Ossyra: „Die Kurzarbeit hat uns gerettet“

Die Arbeitslosenquote ist zwar 2020 gestiegen, der Zuwachs war aber gering

KREIS WESEL/KLEVE. In den vergangenen Jahren ist die Arbeitslosenquote in den Kreisen Wesel und Kleve stetig gesunken.
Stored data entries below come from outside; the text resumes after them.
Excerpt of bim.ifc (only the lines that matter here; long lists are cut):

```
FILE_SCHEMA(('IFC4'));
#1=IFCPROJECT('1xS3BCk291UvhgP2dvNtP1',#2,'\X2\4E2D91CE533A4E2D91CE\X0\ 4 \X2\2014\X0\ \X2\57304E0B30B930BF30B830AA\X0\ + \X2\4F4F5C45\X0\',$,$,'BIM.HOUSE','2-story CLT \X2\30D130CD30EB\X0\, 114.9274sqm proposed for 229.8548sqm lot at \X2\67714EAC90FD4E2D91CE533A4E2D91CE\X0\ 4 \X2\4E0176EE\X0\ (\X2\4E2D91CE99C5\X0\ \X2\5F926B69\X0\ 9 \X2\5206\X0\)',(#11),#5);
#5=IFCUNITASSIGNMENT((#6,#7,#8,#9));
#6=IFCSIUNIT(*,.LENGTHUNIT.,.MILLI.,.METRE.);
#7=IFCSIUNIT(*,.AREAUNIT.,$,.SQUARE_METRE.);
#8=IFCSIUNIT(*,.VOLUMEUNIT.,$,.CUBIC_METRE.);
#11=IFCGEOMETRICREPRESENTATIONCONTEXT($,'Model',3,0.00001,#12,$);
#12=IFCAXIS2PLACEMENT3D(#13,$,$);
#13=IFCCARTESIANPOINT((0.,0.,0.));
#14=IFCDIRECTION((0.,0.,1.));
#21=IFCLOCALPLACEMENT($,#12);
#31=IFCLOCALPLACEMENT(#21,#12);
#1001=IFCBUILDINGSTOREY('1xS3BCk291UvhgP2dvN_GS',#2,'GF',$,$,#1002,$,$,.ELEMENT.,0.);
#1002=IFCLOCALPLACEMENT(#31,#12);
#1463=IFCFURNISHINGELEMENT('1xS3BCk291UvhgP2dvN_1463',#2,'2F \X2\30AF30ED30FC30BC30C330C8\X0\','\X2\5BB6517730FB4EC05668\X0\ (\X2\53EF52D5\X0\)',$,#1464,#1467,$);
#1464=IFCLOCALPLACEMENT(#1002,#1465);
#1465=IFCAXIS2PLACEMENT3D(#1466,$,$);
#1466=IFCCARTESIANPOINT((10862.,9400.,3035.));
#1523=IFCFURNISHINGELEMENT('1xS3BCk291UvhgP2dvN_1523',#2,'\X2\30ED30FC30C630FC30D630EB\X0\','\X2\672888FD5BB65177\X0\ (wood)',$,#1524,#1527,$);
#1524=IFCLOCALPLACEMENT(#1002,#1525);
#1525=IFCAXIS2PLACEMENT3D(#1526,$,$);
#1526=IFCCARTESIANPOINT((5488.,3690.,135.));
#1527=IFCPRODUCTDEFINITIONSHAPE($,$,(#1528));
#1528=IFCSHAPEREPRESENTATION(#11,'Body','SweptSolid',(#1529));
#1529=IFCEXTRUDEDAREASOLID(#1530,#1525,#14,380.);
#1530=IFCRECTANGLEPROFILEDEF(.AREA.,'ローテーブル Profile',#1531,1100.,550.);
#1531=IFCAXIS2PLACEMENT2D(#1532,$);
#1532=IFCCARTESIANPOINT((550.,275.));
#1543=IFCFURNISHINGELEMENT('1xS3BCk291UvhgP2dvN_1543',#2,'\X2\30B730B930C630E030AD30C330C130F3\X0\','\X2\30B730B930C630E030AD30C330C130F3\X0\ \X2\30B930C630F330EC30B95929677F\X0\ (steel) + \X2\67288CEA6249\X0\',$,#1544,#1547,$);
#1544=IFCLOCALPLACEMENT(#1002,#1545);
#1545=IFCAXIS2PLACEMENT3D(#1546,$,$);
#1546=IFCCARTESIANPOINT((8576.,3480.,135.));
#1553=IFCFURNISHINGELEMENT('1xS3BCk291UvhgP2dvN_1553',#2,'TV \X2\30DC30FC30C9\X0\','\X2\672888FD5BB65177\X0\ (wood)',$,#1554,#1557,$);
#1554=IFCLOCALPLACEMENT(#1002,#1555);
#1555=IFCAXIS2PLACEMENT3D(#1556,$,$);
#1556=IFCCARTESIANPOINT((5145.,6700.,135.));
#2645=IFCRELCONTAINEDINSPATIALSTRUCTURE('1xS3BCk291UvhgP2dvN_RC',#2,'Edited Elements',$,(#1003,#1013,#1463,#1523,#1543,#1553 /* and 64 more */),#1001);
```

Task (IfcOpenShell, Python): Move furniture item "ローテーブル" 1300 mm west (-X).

```python
import ifcopenshell
import ifcopenshell.api.geometry
import ifcopenshell.util.placement

model = ifcopenshell.open("bim.ifc")

item = model.by_guid("1xS3BCk291UvhgP2dvN_1523")
matrix = ifcopenshell.util.placement.get_local_placement(item.ObjectPlacement)
matrix[0, 3] -= 1300.0
ifcopenshell.api.geometry.edit_object_placement(model, product=item, matrix=matrix, is_si=False)

print(ifcopenshell.util.placement.get_local_placement(item.ObjectPlacement).round(3) + 0.0)

model.write("bim_edited.ifc")
```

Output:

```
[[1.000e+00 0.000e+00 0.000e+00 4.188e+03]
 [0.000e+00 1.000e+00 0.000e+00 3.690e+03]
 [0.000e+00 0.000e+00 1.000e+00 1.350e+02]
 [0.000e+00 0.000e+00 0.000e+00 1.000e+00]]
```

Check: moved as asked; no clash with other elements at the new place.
Die Coronavirus-Pandemie, die seit März 2020 auch den Niederrhein fest im Griff hat, hat diesen Trend (vorerst) gestoppt – wenn auch nicht so drastisch wie zunächst befürchtet. „Das Angebot der Bundesregierung mit der Kurzarbeit hat uns gerettet“, sagte Barbara Ossyra, Vorsitzende der Geschäftsführung der Bundesagentur für Arbeit im Regierungsbezirk Wesel, bei der Jahrespressekonferenz per Videoschalte.

Agentur für Arbeit
Die Arbeitslosenquote im Regierungsbezirk Wesel im Jahresdurchschnitt zeigt, dass 2020 erstmalig wieder ein Anstieg der Arbeitslosenquote erfolgt ist. Grafik: Agentur für Arbeit

Die Arbeitslosenquote ist im Kreis Wesel von 5,9 (2019) im vergangenen Jahr auf 6,6 gestiegen. 16.099 Menschen waren demnach 2020 im Jahresdurchschnitt arbeitslos gemeldet (2019: 14.511). Im Kreis Kleve stieg die Arbeitslosenquote von 5,2 (2019) auf 5,5 im Vergleich zum Nachbarkreis geringer. Insgesamt waren im Kreis Kleve 2020 durchschnittlich 9.145 Menschen arbeitslos gemeldet (2019: 8592). „2020 war für uns alle ein besonderes Jahr, mit dem zu Beginn des Jahres so nicht zu rechnen war. Der Arbeitsmarkt ist durch die Pandemie unter Druck geraten. Allerdings ist er dank der Kurzarbeitergelder nicht zusammengebrochen“, lautete Ossyras Fazit.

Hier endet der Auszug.